まるでラドン! アブロ「バルカン」爆撃機が初飛行-1952.8.30 紛争では大西洋縦断爆撃も
イギリス爆撃機トリオ「3Vボマー」で唯一のデルタ翼。
アメリカの強固な防空網を突破しニューヨーク上空を飛行
1952(昭和27)年の8月30日。イギリスのアブロ社が開発したジェット戦略爆撃機「バルカン(ヴァルカン)」が初飛行しました。
「バルカン」は、ヴィッカース製の「ヴァリアント」、ハンドレページ製の「ヴィクター」とともに「3Vボマー」と呼ばれることの多い機体です。これは3機種とも名前がアルファベットの「V」から始まるため。これらはイギリスの核戦力の一端を担う軍用機として同時期に開発されています。
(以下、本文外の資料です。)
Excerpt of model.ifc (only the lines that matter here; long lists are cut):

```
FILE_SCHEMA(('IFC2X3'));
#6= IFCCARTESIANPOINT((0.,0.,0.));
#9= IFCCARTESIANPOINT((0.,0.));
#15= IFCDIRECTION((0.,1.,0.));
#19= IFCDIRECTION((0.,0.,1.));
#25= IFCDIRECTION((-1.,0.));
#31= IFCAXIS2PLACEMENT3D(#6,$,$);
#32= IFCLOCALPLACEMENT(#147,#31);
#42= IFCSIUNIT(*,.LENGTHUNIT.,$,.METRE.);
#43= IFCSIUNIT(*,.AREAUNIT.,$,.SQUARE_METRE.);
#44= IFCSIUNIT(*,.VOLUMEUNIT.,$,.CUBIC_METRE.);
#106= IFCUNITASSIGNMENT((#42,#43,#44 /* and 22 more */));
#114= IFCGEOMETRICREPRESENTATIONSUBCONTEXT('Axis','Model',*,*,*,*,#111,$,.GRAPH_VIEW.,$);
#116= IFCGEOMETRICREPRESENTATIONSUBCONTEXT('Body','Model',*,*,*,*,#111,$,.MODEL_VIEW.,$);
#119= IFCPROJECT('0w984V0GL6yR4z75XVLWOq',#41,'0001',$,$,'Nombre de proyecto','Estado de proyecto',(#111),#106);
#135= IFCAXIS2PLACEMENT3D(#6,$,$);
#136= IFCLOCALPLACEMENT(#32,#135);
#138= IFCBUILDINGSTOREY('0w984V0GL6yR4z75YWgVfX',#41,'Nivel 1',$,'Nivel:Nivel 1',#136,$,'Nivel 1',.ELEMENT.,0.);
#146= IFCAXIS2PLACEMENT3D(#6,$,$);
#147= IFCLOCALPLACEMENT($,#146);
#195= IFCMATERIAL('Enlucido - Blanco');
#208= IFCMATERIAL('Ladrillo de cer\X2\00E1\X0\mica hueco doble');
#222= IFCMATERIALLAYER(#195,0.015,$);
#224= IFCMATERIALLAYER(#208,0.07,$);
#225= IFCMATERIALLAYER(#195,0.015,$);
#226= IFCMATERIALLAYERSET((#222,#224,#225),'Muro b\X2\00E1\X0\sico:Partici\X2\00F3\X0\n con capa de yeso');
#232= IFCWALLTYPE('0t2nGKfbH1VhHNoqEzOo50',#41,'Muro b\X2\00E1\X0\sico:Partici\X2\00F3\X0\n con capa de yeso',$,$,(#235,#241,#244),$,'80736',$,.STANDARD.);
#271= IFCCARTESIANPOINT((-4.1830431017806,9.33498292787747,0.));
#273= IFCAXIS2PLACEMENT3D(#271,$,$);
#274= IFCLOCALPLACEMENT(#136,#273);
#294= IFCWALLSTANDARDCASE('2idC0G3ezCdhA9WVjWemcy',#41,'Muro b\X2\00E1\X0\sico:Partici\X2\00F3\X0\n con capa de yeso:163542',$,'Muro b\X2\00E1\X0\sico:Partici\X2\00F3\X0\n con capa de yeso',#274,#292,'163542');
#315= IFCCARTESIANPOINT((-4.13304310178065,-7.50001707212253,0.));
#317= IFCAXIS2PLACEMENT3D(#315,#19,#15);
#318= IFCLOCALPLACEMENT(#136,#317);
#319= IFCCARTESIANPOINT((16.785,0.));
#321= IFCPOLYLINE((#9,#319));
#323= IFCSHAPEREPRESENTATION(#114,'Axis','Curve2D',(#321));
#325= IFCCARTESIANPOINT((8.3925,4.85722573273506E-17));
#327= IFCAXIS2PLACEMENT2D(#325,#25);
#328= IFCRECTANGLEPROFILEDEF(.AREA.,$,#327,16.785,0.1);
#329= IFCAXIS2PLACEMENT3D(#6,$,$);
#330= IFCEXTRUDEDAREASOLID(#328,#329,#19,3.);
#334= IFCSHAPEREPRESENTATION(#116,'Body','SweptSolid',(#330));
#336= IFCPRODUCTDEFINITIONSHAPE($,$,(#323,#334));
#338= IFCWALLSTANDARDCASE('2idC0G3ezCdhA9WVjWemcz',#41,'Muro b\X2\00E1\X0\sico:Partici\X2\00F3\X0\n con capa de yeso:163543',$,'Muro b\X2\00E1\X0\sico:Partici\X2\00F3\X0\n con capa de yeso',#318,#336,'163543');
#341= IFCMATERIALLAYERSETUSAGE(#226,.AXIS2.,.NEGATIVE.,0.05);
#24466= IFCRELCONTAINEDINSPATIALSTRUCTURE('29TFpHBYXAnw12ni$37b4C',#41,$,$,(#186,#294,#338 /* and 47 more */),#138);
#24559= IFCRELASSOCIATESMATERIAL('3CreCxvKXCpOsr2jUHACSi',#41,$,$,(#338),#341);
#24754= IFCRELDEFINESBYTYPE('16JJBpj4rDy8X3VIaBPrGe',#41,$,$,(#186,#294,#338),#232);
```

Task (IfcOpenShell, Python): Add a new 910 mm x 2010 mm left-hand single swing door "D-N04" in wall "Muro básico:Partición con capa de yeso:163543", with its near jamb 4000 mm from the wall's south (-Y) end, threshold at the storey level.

```python
import numpy as np
import ifcopenshell
import ifcopenshell.api.feature
import ifcopenshell.api.geometry
import ifcopenshell.api.root
import ifcopenshell.api.spatial
import ifcopenshell.api.type
import ifcopenshell.geom
import ifcopenshell.util.element
import ifcopenshell.util.placement
import ifcopenshell.util.representation
import ifcopenshell.util.shape
import ifcopenshell.util.unit

model = ifcopenshell.open("model.ifc")
unit_scale = ifcopenshell.util.unit.calculate_unit_scale(model)
settings = ifcopenshell.geom.settings()


def volume(element):
    """Net volume in cubic metres, openings subtracted."""
    shape = ifcopenshell.geom.create_shape(settings, element)
    return ifcopenshell.util.shape.get_volume(shape.geometry)


wall = model.by_guid("2idC0G3ezCdhA9WVjWemcz")
storey = ifcopenshell.util.element.get_container(wall, ifc_class="IfcBuildingStorey")
context = ifcopenshell.util.representation.get_context(model, "Model", "Body", "MODEL_VIEW")
before = volume(wall)

width, height, from_end, sill = 0.91, 2.01, 4, 0.0  # metres

# The wall runs along its own X axis, and the end named is its -X end.
wall_shape = ifcopenshell.geom.create_shape(settings, wall)
x, y, z = ifcopenshell.util.shape.get_vertices(wall_shape.geometry).T
start = x.min() + from_end
face, thickness = float(y.min()), float(y.max() - y.min())
wall_matrix = ifcopenshell.util.placement.get_local_placement(wall.ObjectPlacement)
level = ifcopenshell.util.placement.get_local_placement(storey.ObjectPlacement)[2, 3]


def in_wall(x, y):
    """Placement at x, y metres in the wall's axes, at sill height."""
    matrix = wall_matrix.copy()
    matrix[:, 3] = wall_matrix @ np.array([x / unit_scale, y / unit_scale, 0.0, 1.0])
    matrix[2, 3] = level + sill / unit_scale
    return matrix


# Opening: a box that overshoots both wall faces by 50 mm.
opening = ifcopenshell.api.root.create_entity(model, ifc_class="IfcOpeningElement")
box = ifcopenshell.api.geometry.add_wall_representation(
    model, context=context, length=width, height=height, thickness=thickness + 0.1
)
ifcopenshell.api.geometry.assign_representation(model, product=opening, representation=box)
ifcopenshell.api.geometry.edit_object_placement(model, product=opening, matrix=in_wall(start, face - 0.05), is_si=False)
ifcopenshell.api.feature.add_feature(model, feature=opening, element=wall)

door = ifcopenshell.api.root.create_entity(model, ifc_class="IfcDoor", name="D-N04")
door.OverallWidth, door.OverallHeight = width / unit_scale, height / unit_scale
body = ifcopenshell.api.geometry.add_door_representation(
    model,
    context=context,
    overall_width=door.OverallWidth,
    overall_height=door.OverallHeight,
    operation_type="SINGLE_SWING_LEFT",
    lining_properties={"LiningDepth": thickness / unit_scale, "ThresholdDepth": thickness / unit_scale},
)
ifcopenshell.api.geometry.assign_representation(model, product=door, representation=body)
ifcopenshell.api.spatial.assign_container(model, products=[door], relating_structure=storey)
fills = ifcopenshell.api.feature.add_filling(model, opening=opening, element=door)
fills.OwnerHistory = door.OwnerHistory  # required in IFC2X3

# IFC2X3 keeps the operation on the door style.
style = ifcopenshell.api.root.create_entity(model, ifc_class="IfcDoorStyle", name="D-N04")
style.OperationType, style.ConstructionType = "SINGLE_SWING_LEFT", "NOTDEFINED"
style.ParameterTakesPrecedence = style.Sizeable = False
ifcopenshell.api.type.assign_type(model, related_objects=[door], relating_type=style)

# The lining spans the wall, so the door starts at the wall face.
ifcopenshell.api.geometry.edit_object_placement(model, product=door, matrix=in_wall(start, face), is_si=False)

after = volume(wall)

print(f"wall volume {before:.3f} -> {after:.3f} m3")

model.write("model-out.ifc")
```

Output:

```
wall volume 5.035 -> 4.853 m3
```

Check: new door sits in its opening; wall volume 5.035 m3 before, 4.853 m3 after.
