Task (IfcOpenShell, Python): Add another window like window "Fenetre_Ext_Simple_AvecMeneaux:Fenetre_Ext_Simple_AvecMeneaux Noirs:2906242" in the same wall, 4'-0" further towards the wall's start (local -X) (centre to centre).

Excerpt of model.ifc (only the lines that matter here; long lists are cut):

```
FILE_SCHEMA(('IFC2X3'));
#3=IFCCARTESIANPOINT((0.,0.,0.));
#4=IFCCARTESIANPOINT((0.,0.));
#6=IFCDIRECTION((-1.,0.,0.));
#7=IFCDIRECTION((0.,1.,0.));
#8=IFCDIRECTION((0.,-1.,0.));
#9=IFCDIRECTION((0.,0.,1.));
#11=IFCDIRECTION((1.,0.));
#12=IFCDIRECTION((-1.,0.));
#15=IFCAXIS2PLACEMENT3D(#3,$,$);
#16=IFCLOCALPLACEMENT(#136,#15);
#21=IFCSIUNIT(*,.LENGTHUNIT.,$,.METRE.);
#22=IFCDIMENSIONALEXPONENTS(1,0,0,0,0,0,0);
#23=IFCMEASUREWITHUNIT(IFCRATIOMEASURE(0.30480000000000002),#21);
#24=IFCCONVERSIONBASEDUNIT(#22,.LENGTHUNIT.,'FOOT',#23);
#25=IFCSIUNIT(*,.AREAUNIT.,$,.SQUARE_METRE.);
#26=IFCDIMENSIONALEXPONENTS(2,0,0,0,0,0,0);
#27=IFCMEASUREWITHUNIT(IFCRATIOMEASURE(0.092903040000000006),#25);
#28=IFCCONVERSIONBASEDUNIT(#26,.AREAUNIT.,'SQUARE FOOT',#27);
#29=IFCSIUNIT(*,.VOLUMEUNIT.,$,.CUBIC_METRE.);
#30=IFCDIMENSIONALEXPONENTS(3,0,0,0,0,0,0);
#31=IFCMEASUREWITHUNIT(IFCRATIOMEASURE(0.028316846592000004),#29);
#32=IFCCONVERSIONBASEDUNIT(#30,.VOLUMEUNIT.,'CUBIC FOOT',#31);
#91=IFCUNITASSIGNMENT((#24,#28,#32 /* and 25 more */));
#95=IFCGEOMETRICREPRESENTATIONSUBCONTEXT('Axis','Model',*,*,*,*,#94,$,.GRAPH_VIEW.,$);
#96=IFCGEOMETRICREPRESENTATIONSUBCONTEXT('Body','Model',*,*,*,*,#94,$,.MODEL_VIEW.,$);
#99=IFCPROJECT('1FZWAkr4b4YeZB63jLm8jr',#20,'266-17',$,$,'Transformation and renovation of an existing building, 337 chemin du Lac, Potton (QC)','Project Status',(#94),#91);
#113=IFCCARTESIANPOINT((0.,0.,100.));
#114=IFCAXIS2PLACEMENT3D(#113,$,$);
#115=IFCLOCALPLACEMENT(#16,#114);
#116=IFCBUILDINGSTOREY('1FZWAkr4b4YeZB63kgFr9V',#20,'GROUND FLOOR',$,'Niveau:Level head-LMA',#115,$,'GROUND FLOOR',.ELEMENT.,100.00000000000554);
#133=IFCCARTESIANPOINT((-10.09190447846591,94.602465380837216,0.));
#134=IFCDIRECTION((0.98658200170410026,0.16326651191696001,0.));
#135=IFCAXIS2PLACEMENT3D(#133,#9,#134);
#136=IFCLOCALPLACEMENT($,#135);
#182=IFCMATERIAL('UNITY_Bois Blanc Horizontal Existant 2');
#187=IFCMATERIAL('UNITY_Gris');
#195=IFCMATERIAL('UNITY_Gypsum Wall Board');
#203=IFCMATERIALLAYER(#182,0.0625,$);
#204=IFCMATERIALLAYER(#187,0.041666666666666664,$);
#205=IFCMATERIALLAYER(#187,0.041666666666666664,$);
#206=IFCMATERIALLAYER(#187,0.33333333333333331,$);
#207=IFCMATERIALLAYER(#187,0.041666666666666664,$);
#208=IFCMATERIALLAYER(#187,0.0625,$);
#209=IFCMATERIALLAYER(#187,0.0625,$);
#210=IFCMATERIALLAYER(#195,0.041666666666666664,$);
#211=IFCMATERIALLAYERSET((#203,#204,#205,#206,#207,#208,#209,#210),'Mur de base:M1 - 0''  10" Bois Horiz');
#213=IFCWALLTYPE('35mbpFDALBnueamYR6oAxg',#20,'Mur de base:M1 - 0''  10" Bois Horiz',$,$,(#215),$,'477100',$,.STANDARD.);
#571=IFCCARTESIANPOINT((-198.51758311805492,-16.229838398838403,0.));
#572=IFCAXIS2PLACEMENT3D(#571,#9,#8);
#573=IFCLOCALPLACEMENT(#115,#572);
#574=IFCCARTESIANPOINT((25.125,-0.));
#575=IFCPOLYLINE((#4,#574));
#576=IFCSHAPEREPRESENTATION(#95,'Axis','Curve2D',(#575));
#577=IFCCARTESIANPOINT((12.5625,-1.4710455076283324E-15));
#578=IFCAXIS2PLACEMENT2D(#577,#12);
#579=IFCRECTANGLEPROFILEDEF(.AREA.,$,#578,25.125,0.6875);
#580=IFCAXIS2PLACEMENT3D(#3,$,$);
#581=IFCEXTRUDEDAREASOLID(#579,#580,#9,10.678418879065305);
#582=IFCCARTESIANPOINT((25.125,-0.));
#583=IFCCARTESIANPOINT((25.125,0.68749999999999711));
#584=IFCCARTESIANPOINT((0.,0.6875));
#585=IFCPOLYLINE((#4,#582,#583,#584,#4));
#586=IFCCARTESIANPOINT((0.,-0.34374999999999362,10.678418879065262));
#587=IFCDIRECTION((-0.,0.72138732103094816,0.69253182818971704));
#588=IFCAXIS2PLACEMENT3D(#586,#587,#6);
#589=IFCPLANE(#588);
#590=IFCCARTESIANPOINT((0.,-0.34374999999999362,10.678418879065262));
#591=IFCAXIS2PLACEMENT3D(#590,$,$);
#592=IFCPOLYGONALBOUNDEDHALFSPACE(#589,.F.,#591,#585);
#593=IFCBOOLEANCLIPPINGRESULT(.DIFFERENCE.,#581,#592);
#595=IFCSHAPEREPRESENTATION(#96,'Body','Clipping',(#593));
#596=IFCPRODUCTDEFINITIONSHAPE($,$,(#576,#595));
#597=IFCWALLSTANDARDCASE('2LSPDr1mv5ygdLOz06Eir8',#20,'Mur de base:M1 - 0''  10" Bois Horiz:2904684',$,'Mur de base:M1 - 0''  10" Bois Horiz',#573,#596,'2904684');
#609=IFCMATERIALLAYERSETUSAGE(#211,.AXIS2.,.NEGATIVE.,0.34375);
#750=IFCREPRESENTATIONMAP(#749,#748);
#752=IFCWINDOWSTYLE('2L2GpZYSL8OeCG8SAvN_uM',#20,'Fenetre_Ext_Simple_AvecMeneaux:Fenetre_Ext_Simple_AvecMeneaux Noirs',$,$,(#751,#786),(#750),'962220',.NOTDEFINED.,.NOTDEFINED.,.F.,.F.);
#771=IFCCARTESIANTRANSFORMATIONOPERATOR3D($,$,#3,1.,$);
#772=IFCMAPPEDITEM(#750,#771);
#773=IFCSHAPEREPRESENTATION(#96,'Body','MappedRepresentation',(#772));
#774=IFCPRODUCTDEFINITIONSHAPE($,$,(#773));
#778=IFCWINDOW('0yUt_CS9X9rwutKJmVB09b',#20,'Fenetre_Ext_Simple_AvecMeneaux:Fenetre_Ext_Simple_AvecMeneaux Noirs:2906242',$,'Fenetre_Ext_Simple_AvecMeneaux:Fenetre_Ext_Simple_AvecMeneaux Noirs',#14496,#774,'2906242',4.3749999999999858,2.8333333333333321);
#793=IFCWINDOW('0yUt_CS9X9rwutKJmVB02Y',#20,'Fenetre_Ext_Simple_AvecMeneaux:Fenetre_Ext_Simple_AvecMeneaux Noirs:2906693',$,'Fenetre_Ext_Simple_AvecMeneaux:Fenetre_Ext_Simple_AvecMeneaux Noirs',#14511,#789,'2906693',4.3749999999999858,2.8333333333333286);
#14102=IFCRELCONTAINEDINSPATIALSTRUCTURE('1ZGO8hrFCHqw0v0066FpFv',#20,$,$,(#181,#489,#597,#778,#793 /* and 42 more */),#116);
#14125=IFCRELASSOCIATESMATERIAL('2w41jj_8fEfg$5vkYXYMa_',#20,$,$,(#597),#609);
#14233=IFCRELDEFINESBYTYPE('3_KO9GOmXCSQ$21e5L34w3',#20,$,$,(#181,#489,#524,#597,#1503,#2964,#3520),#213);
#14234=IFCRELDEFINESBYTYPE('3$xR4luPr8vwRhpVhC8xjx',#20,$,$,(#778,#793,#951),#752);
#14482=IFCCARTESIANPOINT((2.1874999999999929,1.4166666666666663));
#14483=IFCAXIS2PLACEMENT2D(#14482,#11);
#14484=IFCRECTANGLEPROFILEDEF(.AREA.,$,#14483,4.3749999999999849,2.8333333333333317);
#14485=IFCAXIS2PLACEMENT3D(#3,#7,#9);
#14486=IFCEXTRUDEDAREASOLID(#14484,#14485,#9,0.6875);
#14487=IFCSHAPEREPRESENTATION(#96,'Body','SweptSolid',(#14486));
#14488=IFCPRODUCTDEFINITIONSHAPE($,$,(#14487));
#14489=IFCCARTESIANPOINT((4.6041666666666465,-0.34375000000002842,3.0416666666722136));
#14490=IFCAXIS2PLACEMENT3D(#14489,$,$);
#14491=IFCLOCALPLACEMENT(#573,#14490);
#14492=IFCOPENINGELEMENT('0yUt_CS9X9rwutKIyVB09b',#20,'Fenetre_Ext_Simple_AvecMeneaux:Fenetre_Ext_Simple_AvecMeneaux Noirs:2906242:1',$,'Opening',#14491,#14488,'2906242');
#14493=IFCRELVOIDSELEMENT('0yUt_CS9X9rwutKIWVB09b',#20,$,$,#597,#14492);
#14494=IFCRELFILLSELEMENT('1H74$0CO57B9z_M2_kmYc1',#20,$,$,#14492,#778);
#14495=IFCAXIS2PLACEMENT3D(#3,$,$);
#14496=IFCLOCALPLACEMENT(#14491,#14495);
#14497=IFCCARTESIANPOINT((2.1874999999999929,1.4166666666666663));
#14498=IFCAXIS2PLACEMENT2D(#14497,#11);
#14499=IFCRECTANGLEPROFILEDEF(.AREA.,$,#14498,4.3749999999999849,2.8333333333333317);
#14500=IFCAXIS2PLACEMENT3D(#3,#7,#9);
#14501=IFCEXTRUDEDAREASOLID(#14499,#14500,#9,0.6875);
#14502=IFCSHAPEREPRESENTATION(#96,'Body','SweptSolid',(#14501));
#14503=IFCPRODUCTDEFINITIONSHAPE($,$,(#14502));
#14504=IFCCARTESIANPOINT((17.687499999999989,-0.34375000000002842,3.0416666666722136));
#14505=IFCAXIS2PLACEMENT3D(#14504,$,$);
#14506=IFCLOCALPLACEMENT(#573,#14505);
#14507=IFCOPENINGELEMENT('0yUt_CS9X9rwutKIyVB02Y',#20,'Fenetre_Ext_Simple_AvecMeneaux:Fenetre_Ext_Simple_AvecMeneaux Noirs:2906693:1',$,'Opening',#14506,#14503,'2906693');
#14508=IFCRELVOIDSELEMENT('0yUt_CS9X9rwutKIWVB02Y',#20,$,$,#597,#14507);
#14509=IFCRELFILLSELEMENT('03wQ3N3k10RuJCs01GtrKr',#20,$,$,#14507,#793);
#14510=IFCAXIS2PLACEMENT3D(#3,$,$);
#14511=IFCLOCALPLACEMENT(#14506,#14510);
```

```python
import ifcopenshell
import ifcopenshell.api.feature
import ifcopenshell.api.geometry
import ifcopenshell.api.root
import ifcopenshell.geom
import ifcopenshell.util.element
import ifcopenshell.util.placement
import ifcopenshell.util.shape
import ifcopenshell.util.unit

model = ifcopenshell.open("model.ifc")
unit_scale = ifcopenshell.util.unit.calculate_unit_scale(model)
settings = ifcopenshell.geom.settings()


def volume(element):
    """Net volume in cubic metres, openings subtracted."""
    shape = ifcopenshell.geom.create_shape(settings, element)
    return ifcopenshell.util.shape.get_volume(shape.geometry)


def reuse_history(source, copy):
    """copy_class also copies each property set's owner history, people and application; keep the originals."""
    for rel in copy.IsDefinedBy:
        if rel.is_a("IfcRelDefinesByProperties") and (history := rel.RelatingPropertyDefinition.OwnerHistory):
            rel.RelatingPropertyDefinition.OwnerHistory = source.OwnerHistory
            ifcopenshell.util.element.remove_deep2(model, history)


window = model.by_id(778)
opening = window.FillsVoids[0].RelatingOpeningElement
wall = opening.VoidsElements[0].RelatingBuildingElement
before = volume(wall)
shift = ifcopenshell.util.placement.get_local_placement(wall.ObjectPlacement)[:3, 0] * -48 * 0.0254 / unit_scale

# copy_class copies the void relationship, type, container and properties, but no geometry.
new_opening = ifcopenshell.api.root.copy_class(model, product=opening)
new_opening.Representation = ifcopenshell.util.element.copy_deep(
    model, opening.Representation, exclude=["IfcGeometricRepresentationContext", "IfcRepresentationMap"]
)
new_opening.Name = "Fenetre_Ext_Simple_AvecMeneaux:Fenetre_Ext_Simple_AvecMeneaux Noirs"
new_opening.Tag = None
new_window = ifcopenshell.api.root.copy_class(model, product=window)
new_window.Representation = ifcopenshell.util.element.copy_deep(
    model, window.Representation, exclude=["IfcGeometricRepresentationContext", "IfcRepresentationMap"]
)
new_window.Name = "Fenetre_Ext_Simple_AvecMeneaux:Fenetre_Ext_Simple_AvecMeneaux Noirs"
new_window.Tag = None
reuse_history(window, new_window)
fills = ifcopenshell.api.feature.add_filling(model, opening=new_opening, element=new_window)
fills.OwnerHistory = new_window.OwnerHistory  # required in IFC2X3

for old, new in ((opening, new_opening), (window, new_window)):
    matrix = ifcopenshell.util.placement.get_local_placement(old.ObjectPlacement)
    matrix[:3, 3] += shift
    ifcopenshell.api.geometry.edit_object_placement(model, product=new, matrix=matrix, is_si=False)

after = volume(wall)

print(f"wall volume {before:.3f} -> {after:.3f} m3")

model.write("model-out.ifc")
```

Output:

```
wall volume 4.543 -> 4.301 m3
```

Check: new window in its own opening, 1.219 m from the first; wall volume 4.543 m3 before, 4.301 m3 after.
「3Vボマー」のなかで唯一、水平尾翼のないデルタ翼形状を採用したのが「バルカン」です。当初は垂直尾翼すらない無尾翼機として計画されましたが、後に垂直尾翼は備えるようになりました。なお胴体中央部と主翼が一体構造となった大きなデルタ翼であるため機体構造が頑丈で、「ヴァリアント」や「ヴィクター」よりも低空侵攻能力に優れているという特徴も有していました。
この優れた低空侵攻能力が存分に発揮された例が、1960(昭和35)年に行われたスカイシールド演習での出来事です。このとき「バルカン」は仮想敵機としてキューバを発進したソ連爆撃機に扮しましたが、レーダーにキャッチされないよう電子攻撃(ECM)をかけつつ低空を飛行したことで、なんとアメリカの防空網を突破してニューヨーク上空への進入を成功させてしまったのです。
ほかにも「バルカン」は、デルタ翼構造に起因する副次的な効果として、特定の角度では機影がレーダーに映りにくいというメリットも持ち合わせていました。